## What you need to do
When you reach the line containing "#162=IFCLOCALPLACEMENT(#13,#9);" in the entries below, start writing out each line exactly, and stop after the line containing "#175=IFCINDEXEDPOLYGONALFACE((1,2,4,3));".

## Data supplied
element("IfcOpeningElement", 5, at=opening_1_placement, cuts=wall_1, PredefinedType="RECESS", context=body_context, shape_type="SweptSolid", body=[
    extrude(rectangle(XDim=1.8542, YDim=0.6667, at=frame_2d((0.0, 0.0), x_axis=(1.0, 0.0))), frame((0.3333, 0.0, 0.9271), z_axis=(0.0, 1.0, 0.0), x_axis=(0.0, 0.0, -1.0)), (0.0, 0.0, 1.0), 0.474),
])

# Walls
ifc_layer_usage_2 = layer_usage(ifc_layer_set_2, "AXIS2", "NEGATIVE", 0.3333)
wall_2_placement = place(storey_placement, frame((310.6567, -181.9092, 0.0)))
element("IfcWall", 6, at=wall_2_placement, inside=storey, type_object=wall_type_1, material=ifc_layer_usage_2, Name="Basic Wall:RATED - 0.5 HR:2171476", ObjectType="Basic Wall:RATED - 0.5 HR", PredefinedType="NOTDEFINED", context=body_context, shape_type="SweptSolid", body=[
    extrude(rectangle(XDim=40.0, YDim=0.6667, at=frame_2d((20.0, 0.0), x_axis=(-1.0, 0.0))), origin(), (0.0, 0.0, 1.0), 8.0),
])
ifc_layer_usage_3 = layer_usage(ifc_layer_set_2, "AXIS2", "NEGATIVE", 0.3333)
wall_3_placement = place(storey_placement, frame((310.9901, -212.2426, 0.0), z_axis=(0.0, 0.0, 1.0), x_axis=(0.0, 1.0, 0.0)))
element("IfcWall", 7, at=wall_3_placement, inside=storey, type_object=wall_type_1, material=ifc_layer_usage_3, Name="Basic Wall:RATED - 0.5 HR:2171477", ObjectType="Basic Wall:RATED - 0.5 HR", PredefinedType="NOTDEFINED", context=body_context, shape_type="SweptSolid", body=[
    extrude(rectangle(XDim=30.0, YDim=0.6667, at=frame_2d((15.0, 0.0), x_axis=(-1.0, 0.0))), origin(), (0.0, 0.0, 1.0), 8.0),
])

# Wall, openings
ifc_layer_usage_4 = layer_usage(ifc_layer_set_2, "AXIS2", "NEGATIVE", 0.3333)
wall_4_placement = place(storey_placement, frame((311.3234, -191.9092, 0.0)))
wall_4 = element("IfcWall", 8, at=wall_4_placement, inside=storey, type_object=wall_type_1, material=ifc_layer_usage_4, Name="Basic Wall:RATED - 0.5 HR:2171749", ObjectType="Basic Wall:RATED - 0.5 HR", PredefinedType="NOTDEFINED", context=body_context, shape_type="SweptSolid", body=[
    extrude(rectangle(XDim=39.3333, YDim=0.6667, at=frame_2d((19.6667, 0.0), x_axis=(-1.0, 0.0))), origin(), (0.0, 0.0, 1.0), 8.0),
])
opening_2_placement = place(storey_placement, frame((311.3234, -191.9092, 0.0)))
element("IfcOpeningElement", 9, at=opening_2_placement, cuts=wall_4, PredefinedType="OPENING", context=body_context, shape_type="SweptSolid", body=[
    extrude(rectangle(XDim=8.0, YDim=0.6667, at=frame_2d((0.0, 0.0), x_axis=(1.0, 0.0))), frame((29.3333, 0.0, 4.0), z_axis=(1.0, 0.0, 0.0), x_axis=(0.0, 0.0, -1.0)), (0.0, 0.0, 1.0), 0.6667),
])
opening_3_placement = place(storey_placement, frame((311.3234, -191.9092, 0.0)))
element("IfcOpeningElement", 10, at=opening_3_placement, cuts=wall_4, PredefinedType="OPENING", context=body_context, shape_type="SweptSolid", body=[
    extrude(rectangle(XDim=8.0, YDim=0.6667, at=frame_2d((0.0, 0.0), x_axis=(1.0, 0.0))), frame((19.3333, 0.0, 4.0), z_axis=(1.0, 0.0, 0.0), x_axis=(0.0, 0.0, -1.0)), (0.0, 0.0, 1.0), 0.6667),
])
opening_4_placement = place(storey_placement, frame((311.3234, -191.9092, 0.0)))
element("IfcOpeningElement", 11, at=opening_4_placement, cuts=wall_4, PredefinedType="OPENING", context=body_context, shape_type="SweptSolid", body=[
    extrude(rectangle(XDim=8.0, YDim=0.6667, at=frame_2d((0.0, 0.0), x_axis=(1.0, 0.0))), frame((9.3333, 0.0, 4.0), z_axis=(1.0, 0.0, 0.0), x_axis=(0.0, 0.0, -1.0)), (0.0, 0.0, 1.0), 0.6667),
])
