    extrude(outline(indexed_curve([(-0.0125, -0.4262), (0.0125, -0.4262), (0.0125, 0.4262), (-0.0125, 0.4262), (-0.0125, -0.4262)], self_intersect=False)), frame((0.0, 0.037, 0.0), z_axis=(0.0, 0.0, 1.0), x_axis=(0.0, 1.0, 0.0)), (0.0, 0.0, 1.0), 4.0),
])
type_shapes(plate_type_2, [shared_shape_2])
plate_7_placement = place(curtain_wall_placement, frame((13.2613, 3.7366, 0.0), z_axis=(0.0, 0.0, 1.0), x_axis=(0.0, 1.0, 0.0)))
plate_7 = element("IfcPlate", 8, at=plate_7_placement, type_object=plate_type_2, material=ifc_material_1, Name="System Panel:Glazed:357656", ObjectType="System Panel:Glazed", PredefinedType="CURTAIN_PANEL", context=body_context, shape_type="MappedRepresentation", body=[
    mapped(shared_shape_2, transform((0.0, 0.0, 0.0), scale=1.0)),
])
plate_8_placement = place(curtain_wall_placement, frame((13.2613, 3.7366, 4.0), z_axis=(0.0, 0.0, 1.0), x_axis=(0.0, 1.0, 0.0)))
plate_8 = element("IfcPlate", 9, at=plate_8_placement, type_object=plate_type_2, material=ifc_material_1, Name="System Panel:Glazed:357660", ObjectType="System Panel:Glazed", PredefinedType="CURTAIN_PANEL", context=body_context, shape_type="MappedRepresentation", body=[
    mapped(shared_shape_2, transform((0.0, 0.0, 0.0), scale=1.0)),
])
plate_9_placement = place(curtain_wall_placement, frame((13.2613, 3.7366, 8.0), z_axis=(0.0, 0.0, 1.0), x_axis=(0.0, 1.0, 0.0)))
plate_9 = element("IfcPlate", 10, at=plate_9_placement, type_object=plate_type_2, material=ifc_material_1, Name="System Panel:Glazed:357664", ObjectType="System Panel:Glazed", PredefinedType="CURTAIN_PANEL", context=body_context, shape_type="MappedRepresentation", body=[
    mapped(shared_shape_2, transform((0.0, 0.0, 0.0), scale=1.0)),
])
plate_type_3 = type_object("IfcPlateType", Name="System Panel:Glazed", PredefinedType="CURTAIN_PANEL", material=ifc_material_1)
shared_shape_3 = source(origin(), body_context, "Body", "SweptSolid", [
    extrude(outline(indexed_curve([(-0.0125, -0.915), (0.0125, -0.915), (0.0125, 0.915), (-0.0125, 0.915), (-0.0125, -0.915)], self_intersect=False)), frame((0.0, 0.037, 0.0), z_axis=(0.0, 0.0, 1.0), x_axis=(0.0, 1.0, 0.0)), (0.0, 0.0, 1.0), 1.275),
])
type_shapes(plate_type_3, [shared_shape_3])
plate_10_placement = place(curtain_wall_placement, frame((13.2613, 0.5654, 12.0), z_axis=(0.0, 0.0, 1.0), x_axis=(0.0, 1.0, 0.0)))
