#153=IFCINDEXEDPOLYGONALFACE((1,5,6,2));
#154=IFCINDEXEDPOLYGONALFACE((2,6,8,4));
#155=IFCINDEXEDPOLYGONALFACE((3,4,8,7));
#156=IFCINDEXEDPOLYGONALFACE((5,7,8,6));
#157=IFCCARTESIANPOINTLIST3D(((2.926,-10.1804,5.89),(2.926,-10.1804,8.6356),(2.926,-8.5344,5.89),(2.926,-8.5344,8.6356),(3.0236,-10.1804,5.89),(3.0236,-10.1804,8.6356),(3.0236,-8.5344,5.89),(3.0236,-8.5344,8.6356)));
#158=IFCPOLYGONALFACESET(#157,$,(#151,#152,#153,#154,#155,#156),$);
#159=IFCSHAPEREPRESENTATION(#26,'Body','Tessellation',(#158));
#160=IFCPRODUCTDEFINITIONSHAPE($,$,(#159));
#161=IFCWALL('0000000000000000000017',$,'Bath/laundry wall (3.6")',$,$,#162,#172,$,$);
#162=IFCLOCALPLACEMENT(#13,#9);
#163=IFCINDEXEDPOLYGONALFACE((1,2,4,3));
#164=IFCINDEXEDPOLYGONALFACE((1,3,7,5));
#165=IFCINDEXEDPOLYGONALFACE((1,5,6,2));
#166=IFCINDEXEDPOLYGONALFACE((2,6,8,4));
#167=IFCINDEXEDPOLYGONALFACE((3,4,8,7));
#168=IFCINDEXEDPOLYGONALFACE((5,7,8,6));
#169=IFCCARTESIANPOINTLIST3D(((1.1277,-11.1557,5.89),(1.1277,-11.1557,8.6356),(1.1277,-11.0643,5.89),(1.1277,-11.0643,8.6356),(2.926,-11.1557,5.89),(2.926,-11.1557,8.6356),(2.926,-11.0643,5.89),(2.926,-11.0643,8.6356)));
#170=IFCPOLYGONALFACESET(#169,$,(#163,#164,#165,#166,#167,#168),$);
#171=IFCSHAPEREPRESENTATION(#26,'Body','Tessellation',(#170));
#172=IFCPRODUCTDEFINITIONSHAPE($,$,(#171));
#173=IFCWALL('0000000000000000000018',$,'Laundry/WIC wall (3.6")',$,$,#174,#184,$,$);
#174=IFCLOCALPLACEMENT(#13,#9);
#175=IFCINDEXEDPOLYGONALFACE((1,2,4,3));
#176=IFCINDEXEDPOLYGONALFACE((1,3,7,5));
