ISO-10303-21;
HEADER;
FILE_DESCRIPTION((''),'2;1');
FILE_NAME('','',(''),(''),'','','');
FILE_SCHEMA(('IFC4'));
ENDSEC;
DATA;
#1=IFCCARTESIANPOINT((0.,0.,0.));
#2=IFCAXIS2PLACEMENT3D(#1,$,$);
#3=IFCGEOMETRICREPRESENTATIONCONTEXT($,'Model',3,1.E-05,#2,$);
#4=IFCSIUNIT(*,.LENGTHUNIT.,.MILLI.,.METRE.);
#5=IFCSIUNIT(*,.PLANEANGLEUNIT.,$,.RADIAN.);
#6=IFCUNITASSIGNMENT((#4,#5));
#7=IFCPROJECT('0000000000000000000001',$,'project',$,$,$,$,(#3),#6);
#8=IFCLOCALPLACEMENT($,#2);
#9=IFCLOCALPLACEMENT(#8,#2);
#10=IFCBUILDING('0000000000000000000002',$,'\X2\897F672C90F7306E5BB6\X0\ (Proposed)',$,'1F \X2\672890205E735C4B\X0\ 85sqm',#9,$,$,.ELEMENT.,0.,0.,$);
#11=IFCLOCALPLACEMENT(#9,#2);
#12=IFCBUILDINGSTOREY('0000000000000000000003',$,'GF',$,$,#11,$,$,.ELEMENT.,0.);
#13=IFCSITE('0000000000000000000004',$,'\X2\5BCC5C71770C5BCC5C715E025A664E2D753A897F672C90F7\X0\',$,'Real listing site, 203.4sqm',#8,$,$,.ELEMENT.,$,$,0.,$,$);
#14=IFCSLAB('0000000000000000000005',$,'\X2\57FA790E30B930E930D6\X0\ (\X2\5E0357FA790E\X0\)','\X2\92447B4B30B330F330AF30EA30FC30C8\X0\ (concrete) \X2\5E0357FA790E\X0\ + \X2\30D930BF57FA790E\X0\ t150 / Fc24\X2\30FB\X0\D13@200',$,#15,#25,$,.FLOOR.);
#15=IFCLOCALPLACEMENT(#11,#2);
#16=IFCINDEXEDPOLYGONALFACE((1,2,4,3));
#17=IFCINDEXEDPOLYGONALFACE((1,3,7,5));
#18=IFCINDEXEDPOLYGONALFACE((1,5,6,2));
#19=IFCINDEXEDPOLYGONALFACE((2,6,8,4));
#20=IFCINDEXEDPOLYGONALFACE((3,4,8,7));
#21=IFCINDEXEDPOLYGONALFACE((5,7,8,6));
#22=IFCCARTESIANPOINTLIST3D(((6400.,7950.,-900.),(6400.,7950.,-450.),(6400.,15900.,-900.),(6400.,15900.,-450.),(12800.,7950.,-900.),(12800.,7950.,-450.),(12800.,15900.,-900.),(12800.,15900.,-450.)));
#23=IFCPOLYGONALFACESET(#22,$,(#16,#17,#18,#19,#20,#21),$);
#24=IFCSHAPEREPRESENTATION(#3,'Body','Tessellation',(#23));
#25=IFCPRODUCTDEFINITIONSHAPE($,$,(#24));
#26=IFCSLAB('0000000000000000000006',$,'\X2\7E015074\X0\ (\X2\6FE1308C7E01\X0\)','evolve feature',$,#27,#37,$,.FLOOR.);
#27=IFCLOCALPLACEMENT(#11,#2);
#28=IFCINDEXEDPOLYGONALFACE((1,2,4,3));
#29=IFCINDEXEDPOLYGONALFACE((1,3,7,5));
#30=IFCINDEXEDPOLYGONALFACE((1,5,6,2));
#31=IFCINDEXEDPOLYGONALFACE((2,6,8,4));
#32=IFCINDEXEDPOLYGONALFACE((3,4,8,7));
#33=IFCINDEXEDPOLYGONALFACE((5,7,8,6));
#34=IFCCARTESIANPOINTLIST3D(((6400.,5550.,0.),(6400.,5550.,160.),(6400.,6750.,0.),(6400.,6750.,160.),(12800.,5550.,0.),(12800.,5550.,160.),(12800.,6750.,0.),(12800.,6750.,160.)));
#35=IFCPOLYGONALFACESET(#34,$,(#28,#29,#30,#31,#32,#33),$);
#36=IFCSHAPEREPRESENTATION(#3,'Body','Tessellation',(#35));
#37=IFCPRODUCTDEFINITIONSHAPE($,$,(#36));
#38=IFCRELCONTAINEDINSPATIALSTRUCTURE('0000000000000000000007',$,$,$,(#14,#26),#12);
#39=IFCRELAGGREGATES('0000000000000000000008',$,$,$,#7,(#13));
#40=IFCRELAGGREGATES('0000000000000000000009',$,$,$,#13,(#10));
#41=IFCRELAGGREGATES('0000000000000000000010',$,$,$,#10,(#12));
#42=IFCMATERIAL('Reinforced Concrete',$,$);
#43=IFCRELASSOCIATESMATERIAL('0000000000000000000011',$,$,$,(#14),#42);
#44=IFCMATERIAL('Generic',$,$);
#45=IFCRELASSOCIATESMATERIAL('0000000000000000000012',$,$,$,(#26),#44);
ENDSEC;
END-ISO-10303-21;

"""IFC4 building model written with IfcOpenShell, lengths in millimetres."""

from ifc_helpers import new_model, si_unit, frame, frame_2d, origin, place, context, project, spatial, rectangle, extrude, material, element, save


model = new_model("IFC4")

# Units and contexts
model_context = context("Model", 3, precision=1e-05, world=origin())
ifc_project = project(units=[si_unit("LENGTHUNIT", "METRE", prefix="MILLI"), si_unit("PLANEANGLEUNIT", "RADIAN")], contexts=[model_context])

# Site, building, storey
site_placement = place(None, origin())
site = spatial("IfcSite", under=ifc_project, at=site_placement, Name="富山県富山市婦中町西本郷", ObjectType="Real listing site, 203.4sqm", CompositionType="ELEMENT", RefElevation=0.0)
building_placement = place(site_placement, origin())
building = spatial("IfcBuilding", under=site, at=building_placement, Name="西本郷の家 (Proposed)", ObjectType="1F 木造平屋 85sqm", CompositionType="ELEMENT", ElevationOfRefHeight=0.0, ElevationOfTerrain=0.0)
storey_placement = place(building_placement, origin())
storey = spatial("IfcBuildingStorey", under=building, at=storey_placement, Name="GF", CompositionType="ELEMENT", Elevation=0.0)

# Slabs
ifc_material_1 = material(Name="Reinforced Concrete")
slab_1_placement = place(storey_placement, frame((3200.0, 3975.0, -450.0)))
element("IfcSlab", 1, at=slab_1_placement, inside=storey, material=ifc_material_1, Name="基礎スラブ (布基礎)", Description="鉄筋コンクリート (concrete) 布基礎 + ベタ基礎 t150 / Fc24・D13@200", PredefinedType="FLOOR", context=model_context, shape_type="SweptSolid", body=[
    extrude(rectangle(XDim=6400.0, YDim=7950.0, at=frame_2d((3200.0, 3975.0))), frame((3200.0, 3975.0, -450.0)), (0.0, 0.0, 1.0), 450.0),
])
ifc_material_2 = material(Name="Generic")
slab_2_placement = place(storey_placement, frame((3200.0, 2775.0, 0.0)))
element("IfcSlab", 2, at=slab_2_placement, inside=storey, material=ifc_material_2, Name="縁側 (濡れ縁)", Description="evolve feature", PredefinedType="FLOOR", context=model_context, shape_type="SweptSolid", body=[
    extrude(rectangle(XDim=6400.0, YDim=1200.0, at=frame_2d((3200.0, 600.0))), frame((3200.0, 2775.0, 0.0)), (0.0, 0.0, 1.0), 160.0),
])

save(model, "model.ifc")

## Answer for the task
#162=IFCLOCALPLACEMENT(#13,#9);
#163=IFCINDEXEDPOLYGONALFACE((1,2,4,3));
#164=IFCINDEXEDPOLYGONALFACE((1,3,7,5));
#165=IFCINDEXEDPOLYGONALFACE((1,5,6,2));
#166=IFCINDEXEDPOLYGONALFACE((2,6,8,4));
#167=IFCINDEXEDPOLYGONALFACE((3,4,8,7));
#168=IFCINDEXEDPOLYGONALFACE((5,7,8,6));
#169=IFCCARTESIANPOINTLIST3D(((1.1277,-11.1557,5.89),(1.1277,-11.1557,8.6356),(1.1277,-11.0643,5.89),(1.1277,-11.0643,8.6356),(2.926,-11.1557,5.89),(2.926,-11.1557,8.6356),(2.926,-11.0643,5.89),(2.926,-11.0643,8.6356)));
#170=IFCPOLYGONALFACESET(#169,$,(#163,#164,#165,#166,#167,#168),$);
#171=IFCSHAPEREPRESENTATION(#26,'Body','Tessellation',(#170));
#172=IFCPRODUCTDEFINITIONSHAPE($,$,(#171));
#173=IFCWALL('0000000000000000000018',$,'Laundry/WIC wall (3.6")',$,$,#174,#184,$,$);
#174=IFCLOCALPLACEMENT(#13,#9);
#175=IFCINDEXEDPOLYGONALFACE((1,2,4,3));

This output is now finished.